(Collected data)
>>>

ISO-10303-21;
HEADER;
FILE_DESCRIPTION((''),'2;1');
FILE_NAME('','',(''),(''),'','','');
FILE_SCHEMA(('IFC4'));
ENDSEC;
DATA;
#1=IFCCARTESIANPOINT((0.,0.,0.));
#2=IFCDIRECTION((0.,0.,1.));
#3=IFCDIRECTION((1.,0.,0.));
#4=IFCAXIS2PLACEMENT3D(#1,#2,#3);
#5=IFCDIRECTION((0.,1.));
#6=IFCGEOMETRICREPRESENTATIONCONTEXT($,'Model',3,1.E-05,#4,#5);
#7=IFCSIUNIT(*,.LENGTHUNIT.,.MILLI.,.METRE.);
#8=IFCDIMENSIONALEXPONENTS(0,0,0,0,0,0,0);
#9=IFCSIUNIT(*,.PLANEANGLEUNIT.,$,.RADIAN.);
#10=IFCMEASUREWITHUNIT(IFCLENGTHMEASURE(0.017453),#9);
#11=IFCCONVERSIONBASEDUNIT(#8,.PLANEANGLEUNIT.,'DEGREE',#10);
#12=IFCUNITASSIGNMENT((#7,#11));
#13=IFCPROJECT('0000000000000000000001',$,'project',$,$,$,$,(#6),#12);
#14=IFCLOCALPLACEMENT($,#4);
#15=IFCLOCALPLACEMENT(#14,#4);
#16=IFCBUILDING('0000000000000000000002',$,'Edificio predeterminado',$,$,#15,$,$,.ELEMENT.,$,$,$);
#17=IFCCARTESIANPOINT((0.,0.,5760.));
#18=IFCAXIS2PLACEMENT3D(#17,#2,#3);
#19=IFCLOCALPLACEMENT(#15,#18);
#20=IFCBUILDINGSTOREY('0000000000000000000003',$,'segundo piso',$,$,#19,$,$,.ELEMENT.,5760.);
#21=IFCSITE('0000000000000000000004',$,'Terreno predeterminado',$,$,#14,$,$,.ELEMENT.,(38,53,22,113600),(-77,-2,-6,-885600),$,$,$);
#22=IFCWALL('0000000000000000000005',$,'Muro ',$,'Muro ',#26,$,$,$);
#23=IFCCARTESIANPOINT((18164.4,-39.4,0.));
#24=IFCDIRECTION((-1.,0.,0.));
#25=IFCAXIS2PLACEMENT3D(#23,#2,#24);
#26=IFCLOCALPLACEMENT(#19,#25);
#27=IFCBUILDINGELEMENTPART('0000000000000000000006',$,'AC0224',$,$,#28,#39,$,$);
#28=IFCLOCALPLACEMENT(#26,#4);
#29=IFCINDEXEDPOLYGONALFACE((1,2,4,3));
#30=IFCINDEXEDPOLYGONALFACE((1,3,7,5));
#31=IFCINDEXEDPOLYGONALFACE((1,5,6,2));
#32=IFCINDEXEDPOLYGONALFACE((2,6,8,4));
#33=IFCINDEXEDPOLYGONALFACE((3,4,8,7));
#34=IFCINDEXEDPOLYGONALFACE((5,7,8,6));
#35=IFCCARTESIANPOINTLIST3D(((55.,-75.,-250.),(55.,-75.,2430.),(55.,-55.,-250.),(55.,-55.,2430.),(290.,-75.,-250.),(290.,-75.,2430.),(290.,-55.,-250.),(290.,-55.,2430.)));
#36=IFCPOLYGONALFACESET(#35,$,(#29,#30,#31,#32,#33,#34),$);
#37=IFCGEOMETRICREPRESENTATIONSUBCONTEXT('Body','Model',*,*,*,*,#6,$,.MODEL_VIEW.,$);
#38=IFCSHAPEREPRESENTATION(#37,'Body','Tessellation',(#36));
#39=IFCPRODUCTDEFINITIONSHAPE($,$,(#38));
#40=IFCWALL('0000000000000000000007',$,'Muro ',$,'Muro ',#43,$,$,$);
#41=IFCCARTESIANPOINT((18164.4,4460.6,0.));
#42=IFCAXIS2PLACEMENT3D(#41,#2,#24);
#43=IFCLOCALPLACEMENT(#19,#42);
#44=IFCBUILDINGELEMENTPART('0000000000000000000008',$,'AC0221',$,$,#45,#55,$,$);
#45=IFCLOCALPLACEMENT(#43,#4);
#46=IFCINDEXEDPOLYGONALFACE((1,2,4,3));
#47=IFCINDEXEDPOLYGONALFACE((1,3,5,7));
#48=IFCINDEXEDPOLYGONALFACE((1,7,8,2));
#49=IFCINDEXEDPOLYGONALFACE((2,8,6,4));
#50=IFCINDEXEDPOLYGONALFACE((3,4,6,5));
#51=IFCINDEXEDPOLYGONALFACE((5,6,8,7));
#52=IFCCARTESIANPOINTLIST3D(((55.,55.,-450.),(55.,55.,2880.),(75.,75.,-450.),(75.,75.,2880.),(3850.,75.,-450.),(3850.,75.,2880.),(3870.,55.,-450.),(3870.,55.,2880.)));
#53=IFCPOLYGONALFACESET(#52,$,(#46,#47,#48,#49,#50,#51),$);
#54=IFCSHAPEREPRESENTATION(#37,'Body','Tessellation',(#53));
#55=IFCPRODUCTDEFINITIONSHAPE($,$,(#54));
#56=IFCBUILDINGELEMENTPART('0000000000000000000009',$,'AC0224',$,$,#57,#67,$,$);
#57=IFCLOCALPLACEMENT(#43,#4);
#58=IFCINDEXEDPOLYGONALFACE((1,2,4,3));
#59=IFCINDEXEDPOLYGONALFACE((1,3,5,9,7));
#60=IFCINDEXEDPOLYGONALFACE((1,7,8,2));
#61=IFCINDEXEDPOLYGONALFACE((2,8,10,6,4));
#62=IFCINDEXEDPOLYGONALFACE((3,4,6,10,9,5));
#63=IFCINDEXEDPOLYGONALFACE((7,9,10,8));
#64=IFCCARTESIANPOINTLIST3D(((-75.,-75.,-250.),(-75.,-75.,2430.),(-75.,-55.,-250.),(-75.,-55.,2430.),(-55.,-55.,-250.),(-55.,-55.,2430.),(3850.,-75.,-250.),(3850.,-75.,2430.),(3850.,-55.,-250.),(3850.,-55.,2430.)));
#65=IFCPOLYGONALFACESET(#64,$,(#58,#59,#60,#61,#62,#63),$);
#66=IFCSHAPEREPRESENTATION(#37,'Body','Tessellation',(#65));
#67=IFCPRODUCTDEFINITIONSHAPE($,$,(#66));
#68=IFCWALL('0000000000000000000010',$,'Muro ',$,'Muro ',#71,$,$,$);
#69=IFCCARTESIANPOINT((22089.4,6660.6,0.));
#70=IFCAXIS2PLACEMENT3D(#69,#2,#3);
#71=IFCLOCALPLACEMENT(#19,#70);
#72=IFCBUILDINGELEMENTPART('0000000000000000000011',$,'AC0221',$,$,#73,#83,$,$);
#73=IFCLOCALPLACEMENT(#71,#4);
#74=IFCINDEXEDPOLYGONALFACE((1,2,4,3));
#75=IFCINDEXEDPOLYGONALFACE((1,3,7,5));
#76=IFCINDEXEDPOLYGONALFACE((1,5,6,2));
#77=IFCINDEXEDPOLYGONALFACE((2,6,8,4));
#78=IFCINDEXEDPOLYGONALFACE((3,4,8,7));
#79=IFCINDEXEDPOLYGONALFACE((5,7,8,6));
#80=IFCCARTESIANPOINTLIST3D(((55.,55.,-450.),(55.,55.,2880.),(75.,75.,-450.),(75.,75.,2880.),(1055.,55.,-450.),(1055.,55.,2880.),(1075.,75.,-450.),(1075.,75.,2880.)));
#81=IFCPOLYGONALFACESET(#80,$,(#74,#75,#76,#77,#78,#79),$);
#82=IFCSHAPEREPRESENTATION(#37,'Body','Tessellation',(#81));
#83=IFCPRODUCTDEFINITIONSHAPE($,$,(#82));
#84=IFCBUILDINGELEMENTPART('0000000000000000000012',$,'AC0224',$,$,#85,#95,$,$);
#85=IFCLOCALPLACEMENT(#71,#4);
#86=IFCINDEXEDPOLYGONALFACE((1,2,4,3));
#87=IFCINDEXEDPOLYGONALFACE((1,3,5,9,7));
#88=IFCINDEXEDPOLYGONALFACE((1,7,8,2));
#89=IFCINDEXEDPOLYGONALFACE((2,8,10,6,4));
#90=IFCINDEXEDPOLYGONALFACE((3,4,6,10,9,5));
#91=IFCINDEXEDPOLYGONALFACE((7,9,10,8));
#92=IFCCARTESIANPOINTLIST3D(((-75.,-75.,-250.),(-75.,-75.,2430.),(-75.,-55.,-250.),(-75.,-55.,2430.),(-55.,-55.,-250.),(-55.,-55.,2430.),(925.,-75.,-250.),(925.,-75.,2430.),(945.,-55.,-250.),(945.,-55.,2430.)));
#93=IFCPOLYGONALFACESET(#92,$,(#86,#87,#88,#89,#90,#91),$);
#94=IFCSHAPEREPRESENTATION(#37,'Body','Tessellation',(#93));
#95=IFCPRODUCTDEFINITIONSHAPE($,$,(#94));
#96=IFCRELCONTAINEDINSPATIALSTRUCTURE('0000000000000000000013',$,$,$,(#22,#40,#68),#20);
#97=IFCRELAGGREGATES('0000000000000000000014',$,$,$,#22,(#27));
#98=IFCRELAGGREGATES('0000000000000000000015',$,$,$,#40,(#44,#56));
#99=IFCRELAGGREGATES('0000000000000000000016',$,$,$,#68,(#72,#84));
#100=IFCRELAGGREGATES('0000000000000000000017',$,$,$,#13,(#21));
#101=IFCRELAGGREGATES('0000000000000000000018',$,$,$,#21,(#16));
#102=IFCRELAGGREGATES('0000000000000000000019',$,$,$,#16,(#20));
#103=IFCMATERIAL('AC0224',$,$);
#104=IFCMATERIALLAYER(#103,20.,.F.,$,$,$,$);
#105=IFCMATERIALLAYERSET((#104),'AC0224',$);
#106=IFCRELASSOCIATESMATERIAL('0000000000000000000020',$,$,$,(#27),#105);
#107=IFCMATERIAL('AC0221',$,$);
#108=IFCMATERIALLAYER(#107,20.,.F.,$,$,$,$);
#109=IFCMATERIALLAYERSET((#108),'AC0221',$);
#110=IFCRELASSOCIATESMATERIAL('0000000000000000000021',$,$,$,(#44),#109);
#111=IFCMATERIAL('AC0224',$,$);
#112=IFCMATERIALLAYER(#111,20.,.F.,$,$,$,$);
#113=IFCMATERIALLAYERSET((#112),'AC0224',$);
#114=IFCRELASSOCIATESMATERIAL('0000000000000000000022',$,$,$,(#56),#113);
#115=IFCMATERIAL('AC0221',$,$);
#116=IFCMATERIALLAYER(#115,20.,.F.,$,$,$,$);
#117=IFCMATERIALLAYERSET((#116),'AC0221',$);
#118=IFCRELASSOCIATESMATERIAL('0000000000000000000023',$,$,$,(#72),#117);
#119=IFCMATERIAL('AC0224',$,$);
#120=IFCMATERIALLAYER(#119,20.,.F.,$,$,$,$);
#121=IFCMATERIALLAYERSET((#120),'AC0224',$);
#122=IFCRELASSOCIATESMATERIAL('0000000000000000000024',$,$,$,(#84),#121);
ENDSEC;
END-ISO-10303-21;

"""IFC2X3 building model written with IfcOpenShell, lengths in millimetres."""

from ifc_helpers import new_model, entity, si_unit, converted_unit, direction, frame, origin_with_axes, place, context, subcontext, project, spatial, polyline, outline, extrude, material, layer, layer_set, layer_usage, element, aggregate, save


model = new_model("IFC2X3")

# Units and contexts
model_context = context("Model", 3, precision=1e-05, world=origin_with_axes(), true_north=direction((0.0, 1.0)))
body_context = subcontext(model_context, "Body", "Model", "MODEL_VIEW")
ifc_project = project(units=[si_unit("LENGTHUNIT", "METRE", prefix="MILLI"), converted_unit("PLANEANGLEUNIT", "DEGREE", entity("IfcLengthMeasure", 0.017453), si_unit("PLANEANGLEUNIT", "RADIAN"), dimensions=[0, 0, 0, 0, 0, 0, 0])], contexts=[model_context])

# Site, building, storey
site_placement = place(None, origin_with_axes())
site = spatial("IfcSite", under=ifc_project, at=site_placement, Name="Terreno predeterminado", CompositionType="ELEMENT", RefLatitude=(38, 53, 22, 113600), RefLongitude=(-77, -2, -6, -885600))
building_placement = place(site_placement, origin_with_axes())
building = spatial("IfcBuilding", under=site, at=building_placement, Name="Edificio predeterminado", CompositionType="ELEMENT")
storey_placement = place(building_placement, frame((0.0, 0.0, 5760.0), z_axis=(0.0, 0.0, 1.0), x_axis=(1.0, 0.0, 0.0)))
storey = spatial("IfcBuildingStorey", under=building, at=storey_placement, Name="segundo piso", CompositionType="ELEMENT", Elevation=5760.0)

<<<

Would you output, unchanged, each line from the start of the records to the line that holds "#10=IFCMEASUREWITHUNIT(IFCLENGTHMEASURE(0.017453),#9);", both included and nothing else?

ISO-10303-21;
HEADER;
FILE_DESCRIPTION((''),'2;1');
FILE_NAME('','',(''),(''),'','','');
FILE_SCHEMA(('IFC4'));
ENDSEC;
DATA;
#1=IFCCARTESIANPOINT((0.,0.,0.));
#2=IFCDIRECTION((0.,0.,1.));
#3=IFCDIRECTION((1.,0.,0.));
#4=IFCAXIS2PLACEMENT3D(#1,#2,#3);
#5=IFCDIRECTION((0.,1.));
#6=IFCGEOMETRICREPRESENTATIONCONTEXT($,'Model',3,1.E-05,#4,#5);
#7=IFCSIUNIT(*,.LENGTHUNIT.,.MILLI.,.METRE.);
#8=IFCDIMENSIONALEXPONENTS(0,0,0,0,0,0,0);
#9=IFCSIUNIT(*,.PLANEANGLEUNIT.,$,.RADIAN.);
#10=IFCMEASUREWITHUNIT(IFCLENGTHMEASURE(0.017453),#9);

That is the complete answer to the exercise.